“That’s right. He has a real gift, though he’s a bit rusty on the “Dance of the Four Swans.” More practicing at home should straighten all that out. Now, I do want to talk to you about—”
“Wait, hold on.” I held my hands up to keep her from continuing. “I think one of us is confused. Jack doesn’t play the piano. He doesn’t play any instruments.”
Delores squinted at me, as though she didn’t understand my words. “What was that, dear?”
“Jack doesn’t play the piano.”
“Yes, he does.”
“No, he doesn’t.”
“Well then he does a good job of pretending to play Tchaikovsky.”
“Wha-what?” Why was it suddenly hot in the dance studio?
I turned my confused frown to my son and found him watching me with a gaze too much like Greg’s. His face was angelic, but his eyes held a hint of devilry and guilt.
“Jack?” I appealed to him. “What’s this all about?”
He shrugged. “I’ve been messing around a little.” I didn’t miss how his fingers stroked the white keys of the piano with affection.
“Messing around?” Delores and I asked in unison.
“My dear boy, one does not mess around with Tchaikovsky’s Swan Lake.” Delores straightened her spine and sniffed in his direction, as though he’d offended her.
“When? Where?” My head was swimming and I needed to lean against something sturdy. I walked to the upright piano and placed a hand on it.
He shrugged again. “Here. At school. At Professor Simmons’s.”
“Have you been getting piano lessons? At school?”
“No. But Ms. Pastizo lets me in the chorus room during lunch.”
“Ms. Pastizo lets you in the chorus room . . . ?” I repeated. I was so confused. Jack was only eight, never had a music lesson, never—to my knowledge—displayed any interest in music or taking lessons. I glanced between him and the instrument. “Play something, please.”

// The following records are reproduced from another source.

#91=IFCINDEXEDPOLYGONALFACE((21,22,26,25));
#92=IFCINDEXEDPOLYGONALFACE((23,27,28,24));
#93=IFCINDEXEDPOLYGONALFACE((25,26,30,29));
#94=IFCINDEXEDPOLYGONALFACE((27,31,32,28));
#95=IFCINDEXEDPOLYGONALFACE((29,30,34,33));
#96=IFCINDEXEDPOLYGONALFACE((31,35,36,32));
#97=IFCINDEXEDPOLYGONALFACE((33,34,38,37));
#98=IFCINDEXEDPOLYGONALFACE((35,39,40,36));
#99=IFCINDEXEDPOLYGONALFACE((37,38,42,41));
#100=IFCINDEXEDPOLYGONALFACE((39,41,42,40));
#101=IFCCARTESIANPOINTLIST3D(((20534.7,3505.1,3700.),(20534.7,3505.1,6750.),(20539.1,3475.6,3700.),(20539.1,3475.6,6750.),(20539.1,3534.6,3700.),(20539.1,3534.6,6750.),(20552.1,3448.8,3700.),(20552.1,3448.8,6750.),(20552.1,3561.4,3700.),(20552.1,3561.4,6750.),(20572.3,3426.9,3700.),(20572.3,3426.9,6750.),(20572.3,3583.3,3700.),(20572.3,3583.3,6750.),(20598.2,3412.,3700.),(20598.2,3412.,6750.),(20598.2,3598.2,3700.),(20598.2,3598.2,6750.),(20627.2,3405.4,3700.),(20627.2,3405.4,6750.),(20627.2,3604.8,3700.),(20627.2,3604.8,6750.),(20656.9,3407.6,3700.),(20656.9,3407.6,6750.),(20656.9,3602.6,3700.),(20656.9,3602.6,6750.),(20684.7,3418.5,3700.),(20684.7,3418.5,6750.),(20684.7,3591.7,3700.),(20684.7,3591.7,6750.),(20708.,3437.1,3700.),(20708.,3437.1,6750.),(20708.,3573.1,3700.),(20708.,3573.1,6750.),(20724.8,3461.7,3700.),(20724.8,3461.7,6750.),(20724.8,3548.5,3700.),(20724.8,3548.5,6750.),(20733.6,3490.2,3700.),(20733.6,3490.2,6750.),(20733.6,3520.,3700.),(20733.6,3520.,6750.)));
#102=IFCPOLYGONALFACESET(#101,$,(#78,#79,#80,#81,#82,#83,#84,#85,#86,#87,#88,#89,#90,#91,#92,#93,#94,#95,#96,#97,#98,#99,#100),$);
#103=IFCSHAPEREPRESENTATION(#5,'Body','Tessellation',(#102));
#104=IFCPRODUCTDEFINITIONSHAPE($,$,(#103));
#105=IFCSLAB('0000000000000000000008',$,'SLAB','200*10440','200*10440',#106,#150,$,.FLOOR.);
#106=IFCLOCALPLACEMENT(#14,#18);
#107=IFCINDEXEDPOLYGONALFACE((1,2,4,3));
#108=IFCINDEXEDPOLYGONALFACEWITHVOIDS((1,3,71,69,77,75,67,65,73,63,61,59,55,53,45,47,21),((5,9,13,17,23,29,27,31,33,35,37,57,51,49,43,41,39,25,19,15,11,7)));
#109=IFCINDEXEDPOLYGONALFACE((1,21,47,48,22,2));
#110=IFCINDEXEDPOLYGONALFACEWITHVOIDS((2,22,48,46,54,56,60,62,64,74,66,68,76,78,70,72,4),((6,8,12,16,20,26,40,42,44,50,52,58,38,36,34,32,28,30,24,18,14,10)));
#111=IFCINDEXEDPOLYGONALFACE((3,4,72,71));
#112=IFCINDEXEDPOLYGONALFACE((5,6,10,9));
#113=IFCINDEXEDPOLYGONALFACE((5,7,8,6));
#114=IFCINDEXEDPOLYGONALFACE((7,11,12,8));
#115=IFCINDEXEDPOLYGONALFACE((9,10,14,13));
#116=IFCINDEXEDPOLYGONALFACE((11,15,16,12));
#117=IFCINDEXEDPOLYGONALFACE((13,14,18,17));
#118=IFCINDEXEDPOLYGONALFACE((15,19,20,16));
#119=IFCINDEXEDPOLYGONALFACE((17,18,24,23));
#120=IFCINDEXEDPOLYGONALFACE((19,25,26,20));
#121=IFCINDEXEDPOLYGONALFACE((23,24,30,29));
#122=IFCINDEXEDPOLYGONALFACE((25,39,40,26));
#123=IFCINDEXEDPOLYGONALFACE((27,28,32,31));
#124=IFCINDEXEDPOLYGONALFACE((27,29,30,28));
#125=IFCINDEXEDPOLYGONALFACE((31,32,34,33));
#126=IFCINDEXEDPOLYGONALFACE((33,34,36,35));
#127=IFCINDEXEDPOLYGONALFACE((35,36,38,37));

He swallowed, his gaze wide and watchful . . . and wary. “I still want to play soccer.”
“What?”
“If I have to choose between music and soccer, I want to play soccer.” Jack crossed his arms over his chest.
“I promised you, you can play soccer this spring and I will keep my promise.” My gaze flickered to Delores, who was now watching us with dawning comprehension.
“He’s never had a lesson.” She made this statement to the room rather than to any one of its inhabitants, and with no small amount of wonder and awe.
Her wonder and awe made me nervous. “Jack, play Tchaikovsky. Play the Dance of the Six Ducks.”
“The Dance of the Four Swans,” Delores provided gently, coming to stand next to me.
“Yes. That one.” I knew nothing about Tchaikovsky’s music other than what I heard on the local NPR classical radio station. I couldn’t believe my young son was capable of playing chopsticks, let alone anything so complicated.
Jack narrowed his eyes with protest, so I narrowed mine with warning. My mom-glare must’ve been sufficiently threatening because he sighed loudly and placed his hands on the keys. He gave one more dramatic sigh before his eyes lost focus and he began playing.
And ohmydearGodinheaven, my son was playing the Jig of the Even Numbered Birds by Tchaikovsky. And he was playing it well. Remarkably well. Without sheet music. My jaw dropped and I covered my open mouth with shaking fingers.
“Oh my God.”
Delores’s hand closed over my shoulder and I turned my gaze to hers. She was smiling at me, a knowing smile, an elated smile. And it terrified me.
“He’s never had a lesson?”
I shook my head.
“Then you know what this means.”
I shook my head again—faster this time—not because I didn’t know what his spontaneous piano playing meant, but because I didn’t want her to say it.
“How lovely,” she said, obviously not understanding the ramifications of her next words, “Jack is a prodigy.”
***
“You have to take a bath.”
“But the water is wet.”
“That’s the point of water.”
“Can’t I take a sand bath?”
I looked to the heavens beyond the ceiling of our apartment. “What are you talking about?”
“Jack says people who live in the desert take sand baths.” Grace’s little voice adopted an accusatory edge, as though I’d been keeping this vital piece of information from her. As though I’d been needlessly subjecting her to the horror of wet baths for the last five years, like some sort of barbarian water-pusher.
“We don’t live in the desert. We live in snowy Chicago, where water abounds—not sand.”
I heard the distinct ring of my cell phone over the rush of the faucet and Grace’s protests.
“But—”
“No. No more arguing, Grace. Get in the bath.”
“But—”
“If I have to tell you one more time to get in the bath . . .” I turned to leave, rubbing my forehead, the sharp spike of pain radiating from my temples. If Greg were here he’d know how to get Grace into the bath without a fight. He was the master of convincing our children to brush their teeth and go to bed on time, all the while making everything fun.